Bernoulli Naive Bayes:
Accuracy: 0.8839
Precision: 0.8870
Recall: 0.8152
F1 Score: 0.8481

Multinomial Naive Bayes:
Accuracy: 0.7863
Precision: 0.7393
Recall: 0.7215
F1 Score: 0.7283

Gaussian Naive Bayes:
Accuracy: 0.8218
Precision: 0.7104
Recall: 0.9570
F1 Score: 0.8131



In [None]:
# Based on these results, we can observe that one variant of Naive Bayes outperforms the others in terms of accuracy, precision, recall, and F1 score. This could be due to the characteristics of the dataset and the assumptions made by each variant.

# Conclusion:
    
# In conclusion, the choice of the best variant of Naive Bayes depends on the nature of the dataset and the problem you are trying to solve. Here are some observations and suggestions for future work:

# Bernoulli Naive Bayes: This variant is suitable when dealing with binary features, such as the presence or absence of certain words in text classification tasks. It assumes features are conditionally independent given the class label.

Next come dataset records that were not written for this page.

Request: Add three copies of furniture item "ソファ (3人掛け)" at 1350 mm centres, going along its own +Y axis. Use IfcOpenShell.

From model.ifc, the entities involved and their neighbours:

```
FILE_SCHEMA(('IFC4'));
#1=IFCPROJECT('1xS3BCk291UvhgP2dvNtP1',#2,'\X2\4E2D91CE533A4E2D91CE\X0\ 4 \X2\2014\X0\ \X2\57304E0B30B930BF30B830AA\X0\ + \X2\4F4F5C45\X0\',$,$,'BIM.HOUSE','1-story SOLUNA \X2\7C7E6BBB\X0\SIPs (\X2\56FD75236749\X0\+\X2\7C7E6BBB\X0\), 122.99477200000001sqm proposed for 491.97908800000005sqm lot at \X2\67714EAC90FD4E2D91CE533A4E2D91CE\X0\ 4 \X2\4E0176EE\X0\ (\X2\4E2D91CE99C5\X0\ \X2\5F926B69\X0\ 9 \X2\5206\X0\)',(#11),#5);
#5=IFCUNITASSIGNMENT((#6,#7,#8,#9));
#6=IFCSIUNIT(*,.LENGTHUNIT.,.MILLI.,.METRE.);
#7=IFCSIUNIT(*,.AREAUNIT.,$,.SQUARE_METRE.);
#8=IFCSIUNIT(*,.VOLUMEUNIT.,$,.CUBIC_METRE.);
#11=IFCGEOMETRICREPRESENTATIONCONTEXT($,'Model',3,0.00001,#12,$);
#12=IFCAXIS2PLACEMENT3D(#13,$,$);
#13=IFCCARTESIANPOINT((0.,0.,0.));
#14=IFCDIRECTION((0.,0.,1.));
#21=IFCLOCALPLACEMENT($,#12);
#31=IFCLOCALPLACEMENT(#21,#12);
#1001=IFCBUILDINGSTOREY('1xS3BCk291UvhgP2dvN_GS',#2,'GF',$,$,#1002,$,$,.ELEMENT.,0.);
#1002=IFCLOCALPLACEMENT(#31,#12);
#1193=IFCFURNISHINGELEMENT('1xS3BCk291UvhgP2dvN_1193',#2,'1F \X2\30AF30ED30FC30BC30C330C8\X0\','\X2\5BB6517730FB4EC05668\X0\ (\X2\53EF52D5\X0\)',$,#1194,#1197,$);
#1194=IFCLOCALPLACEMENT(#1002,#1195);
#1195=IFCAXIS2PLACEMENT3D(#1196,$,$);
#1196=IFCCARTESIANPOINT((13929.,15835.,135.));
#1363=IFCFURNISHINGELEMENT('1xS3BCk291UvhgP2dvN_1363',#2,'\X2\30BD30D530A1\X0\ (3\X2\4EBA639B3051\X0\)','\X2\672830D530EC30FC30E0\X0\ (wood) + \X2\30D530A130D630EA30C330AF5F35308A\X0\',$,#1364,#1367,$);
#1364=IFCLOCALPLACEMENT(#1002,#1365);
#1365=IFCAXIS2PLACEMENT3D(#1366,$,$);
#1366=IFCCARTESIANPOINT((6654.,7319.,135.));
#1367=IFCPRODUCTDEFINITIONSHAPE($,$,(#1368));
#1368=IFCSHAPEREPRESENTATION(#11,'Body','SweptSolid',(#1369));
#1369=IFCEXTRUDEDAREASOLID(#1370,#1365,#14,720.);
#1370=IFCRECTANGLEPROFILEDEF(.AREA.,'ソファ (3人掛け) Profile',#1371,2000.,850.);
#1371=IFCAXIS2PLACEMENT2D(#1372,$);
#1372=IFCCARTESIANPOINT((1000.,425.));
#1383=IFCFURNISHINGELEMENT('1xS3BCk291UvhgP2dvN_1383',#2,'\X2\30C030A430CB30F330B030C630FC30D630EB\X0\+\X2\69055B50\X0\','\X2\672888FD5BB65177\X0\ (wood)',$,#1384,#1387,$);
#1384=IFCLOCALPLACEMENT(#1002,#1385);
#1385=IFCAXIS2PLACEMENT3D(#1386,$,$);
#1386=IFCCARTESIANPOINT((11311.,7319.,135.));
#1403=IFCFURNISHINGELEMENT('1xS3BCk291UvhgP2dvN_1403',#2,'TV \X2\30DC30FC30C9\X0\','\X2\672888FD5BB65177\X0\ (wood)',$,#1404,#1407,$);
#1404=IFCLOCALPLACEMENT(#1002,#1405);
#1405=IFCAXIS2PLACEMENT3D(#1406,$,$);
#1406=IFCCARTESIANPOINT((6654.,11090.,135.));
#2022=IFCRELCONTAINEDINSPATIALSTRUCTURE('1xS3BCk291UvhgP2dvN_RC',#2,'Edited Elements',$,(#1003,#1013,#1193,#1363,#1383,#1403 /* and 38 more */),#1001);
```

```python
import ifcopenshell
import ifcopenshell.api.geometry
import ifcopenshell.api.root
import ifcopenshell.util.element
import ifcopenshell.util.placement
import ifcopenshell.util.unit

model = ifcopenshell.open("model.ifc")
unit_scale = ifcopenshell.util.unit.calculate_unit_scale(model)


def reuse_history(source, copy):
    """copy_class also copies each property set's owner history, people and application; keep the originals."""
    for rel in copy.IsDefinedBy:
        if rel.is_a("IfcRelDefinesByProperties") and (history := rel.RelatingPropertyDefinition.OwnerHistory):
            rel.RelatingPropertyDefinition.OwnerHistory = source.OwnerHistory
            ifcopenshell.util.element.remove_deep2(model, history)


source = model.by_guid("1xS3BCk291UvhgP2dvN_1363")
base = ifcopenshell.util.placement.get_local_placement(source.ObjectPlacement)
step = base[:3, 1] * 1.35 / unit_scale

for i in range(1, 4):
    copy = ifcopenshell.api.root.copy_class(model, product=source)
    copy.Representation = ifcopenshell.util.element.copy_deep(
        model, source.Representation, exclude=["IfcGeometricRepresentationContext", "IfcRepresentationMap"]
    )
    reuse_history(source, copy)
    matrix = base.copy()
    matrix[:3, 3] += i * step
    print("added at", matrix[:3, 3].round(3) + 0.0)
    ifcopenshell.api.geometry.edit_object_placement(model, product=copy, matrix=matrix, is_si=False)

model.write("model_edited.ifc")
```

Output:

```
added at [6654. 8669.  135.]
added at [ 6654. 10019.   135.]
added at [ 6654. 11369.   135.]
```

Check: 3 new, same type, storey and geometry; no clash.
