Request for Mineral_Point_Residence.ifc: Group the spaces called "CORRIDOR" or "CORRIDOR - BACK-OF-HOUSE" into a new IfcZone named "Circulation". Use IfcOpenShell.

First a look at what the model holds.

```python
import ifcopenshell

model = ifcopenshell.open("Mineral_Point_Residence.ifc")
print(model.schema)
seen = {}
for space in model.by_type("IfcSpace"):
    seen[space.LongName] = seen.get(space.LongName, 0) + 1
for name, count in sorted(seen.items(), key=str):
    print(count, "x", name)
print("zones:", [z.Name for z in model.by_type("IfcZone")][:20])
```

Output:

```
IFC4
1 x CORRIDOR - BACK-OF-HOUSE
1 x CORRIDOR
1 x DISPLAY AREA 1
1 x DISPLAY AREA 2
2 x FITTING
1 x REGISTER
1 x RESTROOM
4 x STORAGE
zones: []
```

```python
import ifcopenshell
import ifcopenshell.api.group
import ifcopenshell.api.root

model = ifcopenshell.open("Mineral_Point_Residence.ifc")

names = {"CORRIDOR", "CORRIDOR - BACK-OF-HOUSE"}
spaces = [s for s in model.by_type("IfcSpace") if s.LongName in names]

zone = ifcopenshell.api.root.create_entity(model, ifc_class="IfcZone", name="Circulation")
ifcopenshell.api.group.assign_group(model, products=spaces, group=zone)
print(len(spaces), "spaces in", zone.Name)

model.write("Mineral_Point_Residence_rev.ifc")
```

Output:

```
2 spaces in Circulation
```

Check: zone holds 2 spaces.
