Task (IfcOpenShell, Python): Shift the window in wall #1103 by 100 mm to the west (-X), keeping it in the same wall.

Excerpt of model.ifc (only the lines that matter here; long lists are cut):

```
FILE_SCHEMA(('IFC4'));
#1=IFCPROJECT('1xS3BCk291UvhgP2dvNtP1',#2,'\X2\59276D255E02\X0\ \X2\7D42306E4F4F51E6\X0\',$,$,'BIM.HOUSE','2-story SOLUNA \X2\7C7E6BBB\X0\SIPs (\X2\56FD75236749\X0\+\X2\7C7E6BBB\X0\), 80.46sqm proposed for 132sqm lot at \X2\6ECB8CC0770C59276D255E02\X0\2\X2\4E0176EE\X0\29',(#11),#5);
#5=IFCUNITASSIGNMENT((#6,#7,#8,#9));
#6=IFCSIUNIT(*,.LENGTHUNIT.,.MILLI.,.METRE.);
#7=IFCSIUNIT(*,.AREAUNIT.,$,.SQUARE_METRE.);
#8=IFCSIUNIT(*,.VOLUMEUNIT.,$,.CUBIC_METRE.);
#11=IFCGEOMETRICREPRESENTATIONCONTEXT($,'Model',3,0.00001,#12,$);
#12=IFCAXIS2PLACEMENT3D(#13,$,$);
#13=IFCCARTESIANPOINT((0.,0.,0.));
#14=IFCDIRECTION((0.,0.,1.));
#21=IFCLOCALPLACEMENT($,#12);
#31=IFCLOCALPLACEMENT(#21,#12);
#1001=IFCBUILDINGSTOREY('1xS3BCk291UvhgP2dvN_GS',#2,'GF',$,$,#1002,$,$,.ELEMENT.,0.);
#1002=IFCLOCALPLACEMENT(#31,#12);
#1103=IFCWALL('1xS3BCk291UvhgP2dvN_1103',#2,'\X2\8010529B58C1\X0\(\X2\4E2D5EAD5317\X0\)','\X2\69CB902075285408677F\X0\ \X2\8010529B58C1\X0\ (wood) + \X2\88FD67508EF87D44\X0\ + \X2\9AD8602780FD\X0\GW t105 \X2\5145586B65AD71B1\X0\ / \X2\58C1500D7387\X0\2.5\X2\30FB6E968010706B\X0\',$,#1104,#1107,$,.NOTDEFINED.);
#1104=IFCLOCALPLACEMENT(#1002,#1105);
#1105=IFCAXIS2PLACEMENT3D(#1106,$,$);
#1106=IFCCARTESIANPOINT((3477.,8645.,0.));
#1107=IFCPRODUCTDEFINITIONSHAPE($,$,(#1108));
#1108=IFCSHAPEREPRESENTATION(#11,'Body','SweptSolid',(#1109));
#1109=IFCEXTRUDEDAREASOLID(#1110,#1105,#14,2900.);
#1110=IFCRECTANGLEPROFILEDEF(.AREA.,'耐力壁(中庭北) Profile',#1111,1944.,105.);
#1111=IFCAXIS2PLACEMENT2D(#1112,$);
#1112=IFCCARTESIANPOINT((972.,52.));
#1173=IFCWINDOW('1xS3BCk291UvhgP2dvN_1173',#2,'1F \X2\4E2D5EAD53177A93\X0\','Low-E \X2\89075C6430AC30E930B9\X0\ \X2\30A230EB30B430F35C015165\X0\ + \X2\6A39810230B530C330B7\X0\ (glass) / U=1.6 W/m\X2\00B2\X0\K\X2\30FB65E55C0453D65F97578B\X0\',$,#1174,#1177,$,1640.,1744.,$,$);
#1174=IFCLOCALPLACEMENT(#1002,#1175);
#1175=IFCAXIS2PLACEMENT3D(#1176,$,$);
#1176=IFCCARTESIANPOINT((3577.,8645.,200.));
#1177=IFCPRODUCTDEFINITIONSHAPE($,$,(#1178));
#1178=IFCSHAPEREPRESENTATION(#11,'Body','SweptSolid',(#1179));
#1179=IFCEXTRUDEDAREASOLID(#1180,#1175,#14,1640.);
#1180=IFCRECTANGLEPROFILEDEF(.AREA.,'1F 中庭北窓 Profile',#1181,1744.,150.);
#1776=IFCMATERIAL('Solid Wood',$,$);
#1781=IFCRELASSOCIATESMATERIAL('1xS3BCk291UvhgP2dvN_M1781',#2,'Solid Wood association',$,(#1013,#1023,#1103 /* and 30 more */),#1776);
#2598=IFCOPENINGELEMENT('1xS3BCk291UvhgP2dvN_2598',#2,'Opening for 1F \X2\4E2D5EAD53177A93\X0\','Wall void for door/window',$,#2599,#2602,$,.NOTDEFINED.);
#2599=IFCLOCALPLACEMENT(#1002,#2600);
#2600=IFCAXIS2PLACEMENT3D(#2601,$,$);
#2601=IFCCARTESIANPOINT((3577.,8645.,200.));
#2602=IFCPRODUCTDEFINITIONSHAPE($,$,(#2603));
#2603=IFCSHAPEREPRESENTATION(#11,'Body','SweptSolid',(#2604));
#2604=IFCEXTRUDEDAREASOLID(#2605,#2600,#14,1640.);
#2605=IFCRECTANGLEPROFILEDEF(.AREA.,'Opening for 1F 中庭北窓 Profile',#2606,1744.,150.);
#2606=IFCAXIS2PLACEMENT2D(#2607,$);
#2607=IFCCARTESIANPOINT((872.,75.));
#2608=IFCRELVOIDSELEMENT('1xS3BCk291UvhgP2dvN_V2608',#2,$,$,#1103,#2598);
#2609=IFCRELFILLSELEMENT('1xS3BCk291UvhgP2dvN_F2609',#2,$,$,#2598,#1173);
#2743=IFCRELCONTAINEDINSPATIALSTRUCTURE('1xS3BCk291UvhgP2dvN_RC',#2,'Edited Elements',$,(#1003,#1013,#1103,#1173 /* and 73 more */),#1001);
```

```python
import ifcopenshell
import ifcopenshell.api.geometry
import ifcopenshell.util.placement

model = ifcopenshell.open("model.ifc")

window = model.by_guid("1xS3BCk291UvhgP2dvN_1173")
opening = window.FillsVoids[0].RelatingOpeningElement
wall = opening.VoidsElements[0].RelatingBuildingElement

wall_matrix = ifcopenshell.util.placement.get_local_placement(wall.ObjectPlacement)
shift = wall_matrix[:3, 0] * -100.0
before = ifcopenshell.util.placement.get_local_placement(window.ObjectPlacement)[:3, 3].copy()

# The window is not placed relative to its opening, so move both.
for product in (opening, window):
    matrix = ifcopenshell.util.placement.get_local_placement(product.ObjectPlacement)
    matrix[:3, 3] += shift
    ifcopenshell.api.geometry.edit_object_placement(model, product=product, matrix=matrix, is_si=False)

after = ifcopenshell.util.placement.get_local_placement(window.ObjectPlacement)[:3, 3]
print("window moved by", (after - before).round(3) + 0.0)

model.write("model_v2.ifc")
```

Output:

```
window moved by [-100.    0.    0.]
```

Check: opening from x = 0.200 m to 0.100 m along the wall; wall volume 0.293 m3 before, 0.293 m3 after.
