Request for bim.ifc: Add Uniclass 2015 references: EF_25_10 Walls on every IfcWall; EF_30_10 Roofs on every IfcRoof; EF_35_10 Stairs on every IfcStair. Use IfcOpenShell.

First a look at what the model holds.

```python
import ifcopenshell

model = ifcopenshell.open("bim.ifc")
print(model.schema)
print("classifications:", [c.Name for c in model.by_type("IfcClassification")])
for ifc_class in ("IfcDoor", "IfcRoof", "IfcStair", "IfcWall", "IfcWindow"):
    print(ifc_class, len(model.by_type(ifc_class)))
```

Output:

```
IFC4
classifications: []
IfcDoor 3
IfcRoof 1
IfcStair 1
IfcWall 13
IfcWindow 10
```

```python
import ifcopenshell
import ifcopenshell.api.classification

model = ifcopenshell.open("bim.ifc")

system = ifcopenshell.api.classification.add_classification(model, classification="Uniclass 2015")

codes = {
    "IfcWall": ("EF_25_10", "Walls"),
    "IfcRoof": ("EF_30_10", "Roofs"),
    "IfcStair": ("EF_35_10", "Stairs"),
}
for ifc_class, (code, name) in codes.items():
    products = model.by_type(ifc_class)
    ifcopenshell.api.classification.add_reference(
        model, products=products, classification=system, identification=code, name=name
    )
    print(code, len(products))

model.write("bim_updated.ifc")
```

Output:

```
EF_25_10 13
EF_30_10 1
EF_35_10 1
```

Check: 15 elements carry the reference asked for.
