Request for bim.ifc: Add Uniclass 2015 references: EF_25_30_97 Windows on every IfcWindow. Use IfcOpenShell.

First a look at what the model holds.

```python
import ifcopenshell

model = ifcopenshell.open("bim.ifc")
print(model.schema)
print("classifications:", [c.Name for c in model.by_type("IfcClassification")])
for ifc_class in ("IfcDoor", "IfcRoof", "IfcStair", "IfcWall", "IfcWindow"):
    print(ifc_class, len(model.by_type(ifc_class)))
```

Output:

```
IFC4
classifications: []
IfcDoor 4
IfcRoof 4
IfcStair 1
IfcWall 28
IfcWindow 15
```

```python
import ifcopenshell
import ifcopenshell.api.classification

model = ifcopenshell.open("bim.ifc")

system = ifcopenshell.api.classification.add_classification(model, classification="Uniclass 2015")

codes = {
    "IfcWindow": ("EF_25_30_97", "Windows"),
}
for ifc_class, (code, name) in codes.items():
    products = model.by_type(ifc_class)
    ifcopenshell.api.classification.add_reference(
        model, products=products, classification=system, identification=code, name=name
    )
    print(code, len(products))

model.write("bim_edited.ifc")
```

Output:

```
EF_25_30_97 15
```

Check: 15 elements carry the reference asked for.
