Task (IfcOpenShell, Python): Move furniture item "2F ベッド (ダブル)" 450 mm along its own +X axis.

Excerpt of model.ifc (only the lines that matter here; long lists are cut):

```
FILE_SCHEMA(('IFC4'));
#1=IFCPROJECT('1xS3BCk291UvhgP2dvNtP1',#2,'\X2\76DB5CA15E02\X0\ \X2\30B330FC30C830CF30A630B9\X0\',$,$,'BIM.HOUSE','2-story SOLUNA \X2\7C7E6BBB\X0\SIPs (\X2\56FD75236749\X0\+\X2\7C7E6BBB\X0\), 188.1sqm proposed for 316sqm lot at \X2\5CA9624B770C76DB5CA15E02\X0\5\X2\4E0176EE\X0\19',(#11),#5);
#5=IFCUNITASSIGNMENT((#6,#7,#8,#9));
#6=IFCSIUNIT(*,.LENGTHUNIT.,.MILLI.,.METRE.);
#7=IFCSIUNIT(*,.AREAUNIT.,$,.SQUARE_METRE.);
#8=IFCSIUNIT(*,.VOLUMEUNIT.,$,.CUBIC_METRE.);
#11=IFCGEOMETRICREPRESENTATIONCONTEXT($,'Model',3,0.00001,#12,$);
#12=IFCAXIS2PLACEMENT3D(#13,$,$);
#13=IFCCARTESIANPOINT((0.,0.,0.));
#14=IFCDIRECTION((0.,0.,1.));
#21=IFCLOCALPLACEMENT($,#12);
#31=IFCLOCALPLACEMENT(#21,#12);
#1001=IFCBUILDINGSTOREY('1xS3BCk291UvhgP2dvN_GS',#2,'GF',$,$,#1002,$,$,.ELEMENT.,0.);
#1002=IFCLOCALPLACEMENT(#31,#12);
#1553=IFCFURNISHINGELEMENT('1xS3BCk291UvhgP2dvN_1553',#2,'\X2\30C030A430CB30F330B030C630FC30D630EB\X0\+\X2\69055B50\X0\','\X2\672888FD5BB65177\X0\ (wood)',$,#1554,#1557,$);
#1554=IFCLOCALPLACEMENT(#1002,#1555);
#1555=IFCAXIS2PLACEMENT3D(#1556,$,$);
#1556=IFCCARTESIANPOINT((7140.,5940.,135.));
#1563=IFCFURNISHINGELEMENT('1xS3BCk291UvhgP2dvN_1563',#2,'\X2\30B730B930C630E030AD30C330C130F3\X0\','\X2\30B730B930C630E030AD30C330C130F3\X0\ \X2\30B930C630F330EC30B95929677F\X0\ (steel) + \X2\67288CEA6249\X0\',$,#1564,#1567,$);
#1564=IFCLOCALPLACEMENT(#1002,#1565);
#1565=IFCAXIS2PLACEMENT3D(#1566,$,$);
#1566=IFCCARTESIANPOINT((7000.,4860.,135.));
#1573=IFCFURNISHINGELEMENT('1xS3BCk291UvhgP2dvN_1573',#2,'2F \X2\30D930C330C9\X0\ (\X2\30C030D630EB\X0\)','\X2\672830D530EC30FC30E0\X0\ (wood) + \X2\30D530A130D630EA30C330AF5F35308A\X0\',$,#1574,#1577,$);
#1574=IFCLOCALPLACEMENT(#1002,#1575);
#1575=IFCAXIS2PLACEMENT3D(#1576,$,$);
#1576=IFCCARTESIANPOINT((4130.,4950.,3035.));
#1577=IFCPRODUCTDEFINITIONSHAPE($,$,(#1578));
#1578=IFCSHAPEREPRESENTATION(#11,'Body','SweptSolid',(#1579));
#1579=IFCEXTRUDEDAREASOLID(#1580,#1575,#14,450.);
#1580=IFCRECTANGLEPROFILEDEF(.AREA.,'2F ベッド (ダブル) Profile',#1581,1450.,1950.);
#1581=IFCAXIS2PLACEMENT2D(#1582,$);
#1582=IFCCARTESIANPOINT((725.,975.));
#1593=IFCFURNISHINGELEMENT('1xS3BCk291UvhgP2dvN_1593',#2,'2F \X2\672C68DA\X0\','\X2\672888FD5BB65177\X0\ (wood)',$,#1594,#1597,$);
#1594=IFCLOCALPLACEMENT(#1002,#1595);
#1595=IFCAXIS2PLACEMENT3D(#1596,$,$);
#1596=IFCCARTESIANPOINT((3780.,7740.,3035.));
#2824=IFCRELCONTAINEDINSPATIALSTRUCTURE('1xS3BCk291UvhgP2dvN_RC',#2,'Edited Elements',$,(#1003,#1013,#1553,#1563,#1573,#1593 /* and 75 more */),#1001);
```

```python
import ifcopenshell
import ifcopenshell.api.geometry
import ifcopenshell.util.placement

model = ifcopenshell.open("model.ifc")

item = model.by_guid("1xS3BCk291UvhgP2dvN_1573")
matrix = ifcopenshell.util.placement.get_local_placement(item.ObjectPlacement)
matrix[:3, 3] += matrix[:3, 0] * 450.0
ifcopenshell.api.geometry.edit_object_placement(model, product=item, matrix=matrix, is_si=False)

print(ifcopenshell.util.placement.get_local_placement(item.ObjectPlacement).round(3) + 0.0)

model.write("model_v2.ifc")
```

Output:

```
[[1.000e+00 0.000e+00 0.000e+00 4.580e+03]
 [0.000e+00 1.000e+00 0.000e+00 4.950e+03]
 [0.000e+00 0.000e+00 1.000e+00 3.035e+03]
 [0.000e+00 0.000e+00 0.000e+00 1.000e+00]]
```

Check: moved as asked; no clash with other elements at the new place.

# Multinomial Naive Bayes: This variant is useful for discrete features that represent counts or frequencies. It's commonly used for text classification where features represent word frequencies. It also assumes feature independence.

# Gaussian Naive Bayes: This variant is intended for continuous features that follow a Gaussian distribution. It might perform well if features exhibit a normal distribution within classes.